Crick, 25, will join the Pirates’ bullpen in a late-inning role, and Reynolds, 22, will likely begin the season at Double-A Altoona. The Pirates also added right-handed pitcher Joe Musgrove, third baseman Colin Moran, right-handed reliever Michael Feliz and minor league outfielder Jason Martin from the Astros in the Cole trade
The Pirates' starting rotation will now include Ivan Nova, Jameson Taillon, Chad Kuhl, Trevor Williams and either Musgrove, Steven Brault or Tyler Glasnow. Moran, who has only 16 games of major league experience, will likely take over as the starting third baseman.
Meanwhile, the bullpen only has one experienced left-handed reliever: Rivero. The Pirates will rely on a number of potential late-inning options, including Crick, Feliz, George Kontos, Daniel Hudson and Edgar Santana.
With a vacancy in left field, and possibly another at second base if Harrison is dealt, the Pirates will rely on a youth movement built around Marte, Josh Bell, Adam Frazier, Gregory Polanco, a young starting rotation and the newest acquisitions.
It’s clearly a rebuild, but Huntington declined to use that term.
"What we describe [this as] is we have a group of young players,” Huntington said when asked if this is indeed a rebuild. “Some in their first full year, some in their second full year. Some veterans still here that are going to fight and compete that make a good foundation of a club. We’ve added four players potentially to that group right now. We have a group coming from Triple-A that are ready. In our minds, a rebuild implies you’re looking five years down the road. This team is going to show up in spring training, ready to go, ready to compete, ready to defy odds just like that 2013 Pirates team did.”
Throughout his tenure, Huntington has said his goal is to win as consistently as possible, and he repeated that statement to a room full of season ticket holders at PirateFest last month. At the Winter Meetings, though, he indicated the club could move its window to compete back to 2019 in what he described as "retooling."
Trading Cole and McCutchen is a clear sign he chose the latter direction.

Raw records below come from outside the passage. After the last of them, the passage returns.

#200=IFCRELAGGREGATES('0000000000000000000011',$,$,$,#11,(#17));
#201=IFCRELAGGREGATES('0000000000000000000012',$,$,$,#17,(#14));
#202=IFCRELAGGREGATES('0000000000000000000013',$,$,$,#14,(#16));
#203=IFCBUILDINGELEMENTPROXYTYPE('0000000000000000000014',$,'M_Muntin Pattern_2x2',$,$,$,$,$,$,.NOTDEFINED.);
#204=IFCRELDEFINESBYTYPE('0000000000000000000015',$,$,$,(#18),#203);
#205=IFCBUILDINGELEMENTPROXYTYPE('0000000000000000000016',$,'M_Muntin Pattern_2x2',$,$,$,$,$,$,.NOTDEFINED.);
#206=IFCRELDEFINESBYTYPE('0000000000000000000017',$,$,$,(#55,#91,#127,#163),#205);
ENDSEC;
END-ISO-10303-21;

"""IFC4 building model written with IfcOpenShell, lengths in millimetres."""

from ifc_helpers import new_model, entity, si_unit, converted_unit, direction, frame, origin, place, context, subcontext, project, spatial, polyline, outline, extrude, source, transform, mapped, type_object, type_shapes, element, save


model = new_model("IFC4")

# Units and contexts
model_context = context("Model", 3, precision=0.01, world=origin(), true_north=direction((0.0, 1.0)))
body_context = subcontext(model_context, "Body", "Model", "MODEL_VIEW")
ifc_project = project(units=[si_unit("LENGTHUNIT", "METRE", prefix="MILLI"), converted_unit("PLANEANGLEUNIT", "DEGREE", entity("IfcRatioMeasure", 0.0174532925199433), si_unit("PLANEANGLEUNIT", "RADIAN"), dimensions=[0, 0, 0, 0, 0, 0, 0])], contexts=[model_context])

How did the Pirates get to this point? A few trades didn't work out — they acquired Jon Niese from the Mets for Neil Walker — and the front office declined to add to the roster after winning 98 games in 2015, as well as following the 2016 season.
Huntington took the blame when asked how the Pirates got to this point:
Nutting and Huntington emphasized the need to think long-term, specifically, how the Pirates can return to the postseason. But with prospects such as Reynolds, Ke'Bryan Hayes, Taylor Hearn and Shane Baz years away from the major leagues, how do they build a roster to compete long-term?

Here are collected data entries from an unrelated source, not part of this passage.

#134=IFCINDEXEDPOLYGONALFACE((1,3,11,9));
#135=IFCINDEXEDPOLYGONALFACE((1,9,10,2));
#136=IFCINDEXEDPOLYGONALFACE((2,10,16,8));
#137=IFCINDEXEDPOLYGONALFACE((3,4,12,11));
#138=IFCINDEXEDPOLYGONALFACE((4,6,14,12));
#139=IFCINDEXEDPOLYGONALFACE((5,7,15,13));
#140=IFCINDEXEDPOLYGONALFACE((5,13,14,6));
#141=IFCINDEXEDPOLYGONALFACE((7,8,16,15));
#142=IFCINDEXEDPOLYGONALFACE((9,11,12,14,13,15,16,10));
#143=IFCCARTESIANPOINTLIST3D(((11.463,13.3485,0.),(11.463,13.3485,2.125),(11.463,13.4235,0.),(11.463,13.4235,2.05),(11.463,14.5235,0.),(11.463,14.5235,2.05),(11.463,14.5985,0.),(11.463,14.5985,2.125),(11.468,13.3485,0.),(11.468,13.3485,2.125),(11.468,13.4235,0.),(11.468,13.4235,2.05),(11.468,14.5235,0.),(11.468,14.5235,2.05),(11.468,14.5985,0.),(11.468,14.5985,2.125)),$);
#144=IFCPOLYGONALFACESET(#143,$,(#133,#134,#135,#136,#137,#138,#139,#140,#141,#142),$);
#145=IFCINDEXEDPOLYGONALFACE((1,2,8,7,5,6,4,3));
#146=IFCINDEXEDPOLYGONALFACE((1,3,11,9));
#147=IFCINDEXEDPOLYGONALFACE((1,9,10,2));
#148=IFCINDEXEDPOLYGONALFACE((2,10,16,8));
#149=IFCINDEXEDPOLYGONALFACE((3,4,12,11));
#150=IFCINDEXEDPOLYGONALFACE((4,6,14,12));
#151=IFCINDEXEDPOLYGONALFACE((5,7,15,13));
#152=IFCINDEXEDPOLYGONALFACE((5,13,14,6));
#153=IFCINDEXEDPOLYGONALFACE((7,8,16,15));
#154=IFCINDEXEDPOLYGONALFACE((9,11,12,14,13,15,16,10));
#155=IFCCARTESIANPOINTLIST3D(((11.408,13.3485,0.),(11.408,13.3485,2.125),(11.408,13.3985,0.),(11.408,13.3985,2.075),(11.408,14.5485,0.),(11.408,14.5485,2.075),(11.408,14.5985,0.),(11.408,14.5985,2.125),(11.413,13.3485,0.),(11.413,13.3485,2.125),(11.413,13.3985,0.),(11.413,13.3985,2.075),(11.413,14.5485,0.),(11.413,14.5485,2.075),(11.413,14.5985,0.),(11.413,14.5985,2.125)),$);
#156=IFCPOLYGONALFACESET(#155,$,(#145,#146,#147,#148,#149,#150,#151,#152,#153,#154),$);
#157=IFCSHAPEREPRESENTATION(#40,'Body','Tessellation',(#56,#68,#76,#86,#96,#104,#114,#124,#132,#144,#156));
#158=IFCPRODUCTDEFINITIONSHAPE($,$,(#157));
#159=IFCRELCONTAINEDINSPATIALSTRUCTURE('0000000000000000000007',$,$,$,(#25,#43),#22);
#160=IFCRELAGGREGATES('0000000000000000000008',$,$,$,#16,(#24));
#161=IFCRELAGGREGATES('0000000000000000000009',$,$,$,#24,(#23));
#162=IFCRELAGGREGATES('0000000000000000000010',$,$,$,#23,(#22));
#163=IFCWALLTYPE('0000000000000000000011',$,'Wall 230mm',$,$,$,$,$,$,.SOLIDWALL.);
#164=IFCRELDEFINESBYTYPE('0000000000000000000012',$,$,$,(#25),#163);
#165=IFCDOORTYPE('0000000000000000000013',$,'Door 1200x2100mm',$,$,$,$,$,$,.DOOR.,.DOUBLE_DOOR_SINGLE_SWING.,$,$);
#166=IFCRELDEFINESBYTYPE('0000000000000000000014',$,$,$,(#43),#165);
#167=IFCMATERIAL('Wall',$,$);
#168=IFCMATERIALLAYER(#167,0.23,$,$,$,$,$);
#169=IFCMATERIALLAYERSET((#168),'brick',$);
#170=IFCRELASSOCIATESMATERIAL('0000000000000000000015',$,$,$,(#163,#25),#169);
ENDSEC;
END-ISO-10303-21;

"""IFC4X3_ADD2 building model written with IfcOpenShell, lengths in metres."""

Bell, 25, is not a free agent until 2023, but he's represented by Scott Boras, the same agent who represents Cole. Boras clients typically test the free-agent market. Like the decision with McCutchen, the day will come when the Pirates must determine if they can re-sign perhaps the new face of the franchise to a long-term deal.
The problem won't be limited to Bell, either. Huntington said it will be difficult to retain any player who has the type of franchise-altering impact McCutchen showed.

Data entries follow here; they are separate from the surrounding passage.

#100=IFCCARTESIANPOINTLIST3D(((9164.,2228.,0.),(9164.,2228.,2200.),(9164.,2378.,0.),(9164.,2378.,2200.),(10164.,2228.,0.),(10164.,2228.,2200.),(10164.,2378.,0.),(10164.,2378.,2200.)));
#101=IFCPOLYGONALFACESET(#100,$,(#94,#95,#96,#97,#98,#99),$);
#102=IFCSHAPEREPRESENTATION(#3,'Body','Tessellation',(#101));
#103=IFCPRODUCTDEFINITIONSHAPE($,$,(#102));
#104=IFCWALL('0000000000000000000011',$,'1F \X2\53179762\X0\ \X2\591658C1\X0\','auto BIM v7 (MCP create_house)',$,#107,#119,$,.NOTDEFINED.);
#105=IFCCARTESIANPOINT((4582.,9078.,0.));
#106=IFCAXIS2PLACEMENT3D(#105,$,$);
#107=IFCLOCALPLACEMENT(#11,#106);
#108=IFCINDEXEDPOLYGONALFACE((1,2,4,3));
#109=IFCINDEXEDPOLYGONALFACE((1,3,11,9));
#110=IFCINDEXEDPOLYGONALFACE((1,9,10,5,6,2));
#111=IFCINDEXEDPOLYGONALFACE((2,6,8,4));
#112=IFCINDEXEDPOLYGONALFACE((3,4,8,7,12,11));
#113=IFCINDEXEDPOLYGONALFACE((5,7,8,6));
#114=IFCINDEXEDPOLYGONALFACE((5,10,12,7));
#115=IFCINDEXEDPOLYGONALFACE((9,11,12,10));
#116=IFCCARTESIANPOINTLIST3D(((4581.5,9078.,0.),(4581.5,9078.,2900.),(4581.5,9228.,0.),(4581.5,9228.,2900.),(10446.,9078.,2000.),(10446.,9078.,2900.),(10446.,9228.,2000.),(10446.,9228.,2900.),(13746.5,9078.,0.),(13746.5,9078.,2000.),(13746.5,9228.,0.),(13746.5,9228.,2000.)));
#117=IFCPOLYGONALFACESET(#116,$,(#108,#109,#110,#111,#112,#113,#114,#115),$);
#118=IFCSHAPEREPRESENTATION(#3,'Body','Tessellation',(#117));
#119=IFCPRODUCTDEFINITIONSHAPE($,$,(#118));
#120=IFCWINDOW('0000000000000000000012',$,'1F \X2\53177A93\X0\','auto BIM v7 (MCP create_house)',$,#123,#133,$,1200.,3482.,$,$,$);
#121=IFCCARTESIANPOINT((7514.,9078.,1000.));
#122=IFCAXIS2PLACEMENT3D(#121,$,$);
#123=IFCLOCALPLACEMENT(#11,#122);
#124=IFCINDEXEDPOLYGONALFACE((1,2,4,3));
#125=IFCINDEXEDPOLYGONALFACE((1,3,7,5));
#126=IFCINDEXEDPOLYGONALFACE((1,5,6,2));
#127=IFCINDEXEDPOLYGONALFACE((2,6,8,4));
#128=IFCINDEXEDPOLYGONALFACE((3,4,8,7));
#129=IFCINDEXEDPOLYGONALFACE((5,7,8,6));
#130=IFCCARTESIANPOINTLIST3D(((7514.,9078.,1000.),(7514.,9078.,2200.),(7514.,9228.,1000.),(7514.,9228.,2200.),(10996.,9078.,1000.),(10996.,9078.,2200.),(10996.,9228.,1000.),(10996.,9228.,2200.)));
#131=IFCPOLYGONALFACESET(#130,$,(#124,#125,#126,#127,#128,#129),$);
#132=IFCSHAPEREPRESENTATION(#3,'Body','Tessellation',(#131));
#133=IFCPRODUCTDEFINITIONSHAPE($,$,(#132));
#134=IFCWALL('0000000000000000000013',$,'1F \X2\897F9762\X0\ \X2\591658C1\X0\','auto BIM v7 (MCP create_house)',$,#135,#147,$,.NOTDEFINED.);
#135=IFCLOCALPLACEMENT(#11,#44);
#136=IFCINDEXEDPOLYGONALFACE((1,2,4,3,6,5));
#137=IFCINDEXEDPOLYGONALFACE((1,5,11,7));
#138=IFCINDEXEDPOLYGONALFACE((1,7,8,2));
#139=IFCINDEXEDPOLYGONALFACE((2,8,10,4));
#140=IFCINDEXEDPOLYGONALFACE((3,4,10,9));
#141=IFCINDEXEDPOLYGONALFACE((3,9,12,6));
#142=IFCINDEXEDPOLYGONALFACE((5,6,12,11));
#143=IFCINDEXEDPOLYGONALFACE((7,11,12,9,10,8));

"I’m very proud of those '13-'15 teams and Andrew McCutchen was a huge part of that," Huntington said. "We’re looking to do that again. We’re looking to build around the next great Pittsburgh Pirate player and have them be a part of our successes and in a perfect world, maybe for a longer stretch of time. But the reality is it says that’s not going to happen. This is going to be something that large markets work through, medium markets work through and small markets work through where you’re not going to be able to keep everybody that you want to."